[Records from a collection]
• • • • • • •

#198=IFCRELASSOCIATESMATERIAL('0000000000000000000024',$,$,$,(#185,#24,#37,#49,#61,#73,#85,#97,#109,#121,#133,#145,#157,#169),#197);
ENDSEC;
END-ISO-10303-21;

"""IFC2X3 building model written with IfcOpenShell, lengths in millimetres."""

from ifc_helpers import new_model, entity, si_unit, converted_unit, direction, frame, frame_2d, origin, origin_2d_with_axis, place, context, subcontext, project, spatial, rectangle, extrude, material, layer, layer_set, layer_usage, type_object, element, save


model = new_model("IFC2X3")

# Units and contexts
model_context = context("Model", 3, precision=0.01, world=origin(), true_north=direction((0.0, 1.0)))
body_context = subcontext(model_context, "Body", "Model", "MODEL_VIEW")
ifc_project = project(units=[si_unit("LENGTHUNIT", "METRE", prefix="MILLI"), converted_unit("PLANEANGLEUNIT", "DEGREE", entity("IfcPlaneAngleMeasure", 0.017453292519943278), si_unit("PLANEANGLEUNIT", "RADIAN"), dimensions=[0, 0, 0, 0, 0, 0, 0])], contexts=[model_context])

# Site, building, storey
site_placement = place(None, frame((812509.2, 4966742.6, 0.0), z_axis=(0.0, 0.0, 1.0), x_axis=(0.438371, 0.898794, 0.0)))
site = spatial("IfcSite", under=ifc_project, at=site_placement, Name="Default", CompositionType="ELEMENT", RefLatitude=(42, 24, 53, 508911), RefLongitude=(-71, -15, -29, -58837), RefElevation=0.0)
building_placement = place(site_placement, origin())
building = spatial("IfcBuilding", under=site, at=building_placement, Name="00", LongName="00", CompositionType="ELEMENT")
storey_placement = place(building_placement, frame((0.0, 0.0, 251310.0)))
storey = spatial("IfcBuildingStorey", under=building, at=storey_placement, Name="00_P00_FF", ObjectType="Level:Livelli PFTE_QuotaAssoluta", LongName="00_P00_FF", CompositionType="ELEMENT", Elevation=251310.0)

• • • • • • •

* [The problem]
Every piece of the data is to be set down again exactly.

* [Finished task]
#198=IFCRELASSOCIATESMATERIAL('0000000000000000000024',$,$,$,(#185,#24,#37,#49,#61,#73,#85,#97,#109,#121,#133,#145,#157,#169),#197);
ENDSEC;
END-ISO-10303-21;

"""IFC2X3 building model written with IfcOpenShell, lengths in millimetres."""

from ifc_helpers import new_model, entity, si_unit, converted_unit, direction, frame, frame_2d, origin, origin_2d_with_axis, place, context, subcontext, project, spatial, rectangle, extrude, material, layer, layer_set, layer_usage, type_object, element, save


model = new_model("IFC2X3")

# Units and contexts
model_context = context("Model", 3, precision=0.01, world=origin(), true_north=direction((0.0, 1.0)))
body_context = subcontext(model_context, "Body", "Model", "MODEL_VIEW")
ifc_project = project(units=[si_unit("LENGTHUNIT", "METRE", prefix="MILLI"), converted_unit("PLANEANGLEUNIT", "DEGREE", entity("IfcPlaneAngleMeasure", 0.017453292519943278), si_unit("PLANEANGLEUNIT", "RADIAN"), dimensions=[0, 0, 0, 0, 0, 0, 0])], contexts=[model_context])

# Site, building, storey
site_placement = place(None, frame((812509.2, 4966742.6, 0.0), z_axis=(0.0, 0.0, 1.0), x_axis=(0.438371, 0.898794, 0.0)))
site = spatial("IfcSite", under=ifc_project, at=site_placement, Name="Default", CompositionType="ELEMENT", RefLatitude=(42, 24, 53, 508911), RefLongitude=(-71, -15, -29, -58837), RefElevation=0.0)
building_placement = place(site_placement, origin())
building = spatial("IfcBuilding", under=site, at=building_placement, Name="00", LongName="00", CompositionType="ELEMENT")
storey_placement = place(building_placement, frame((0.0, 0.0, 251310.0)))
storey = spatial("IfcBuildingStorey", under=building, at=storey_placement, Name="00_P00_FF", ObjectType="Level:Livelli PFTE_QuotaAssoluta", LongName="00_P00_FF", CompositionType="ELEMENT", Elevation=251310.0)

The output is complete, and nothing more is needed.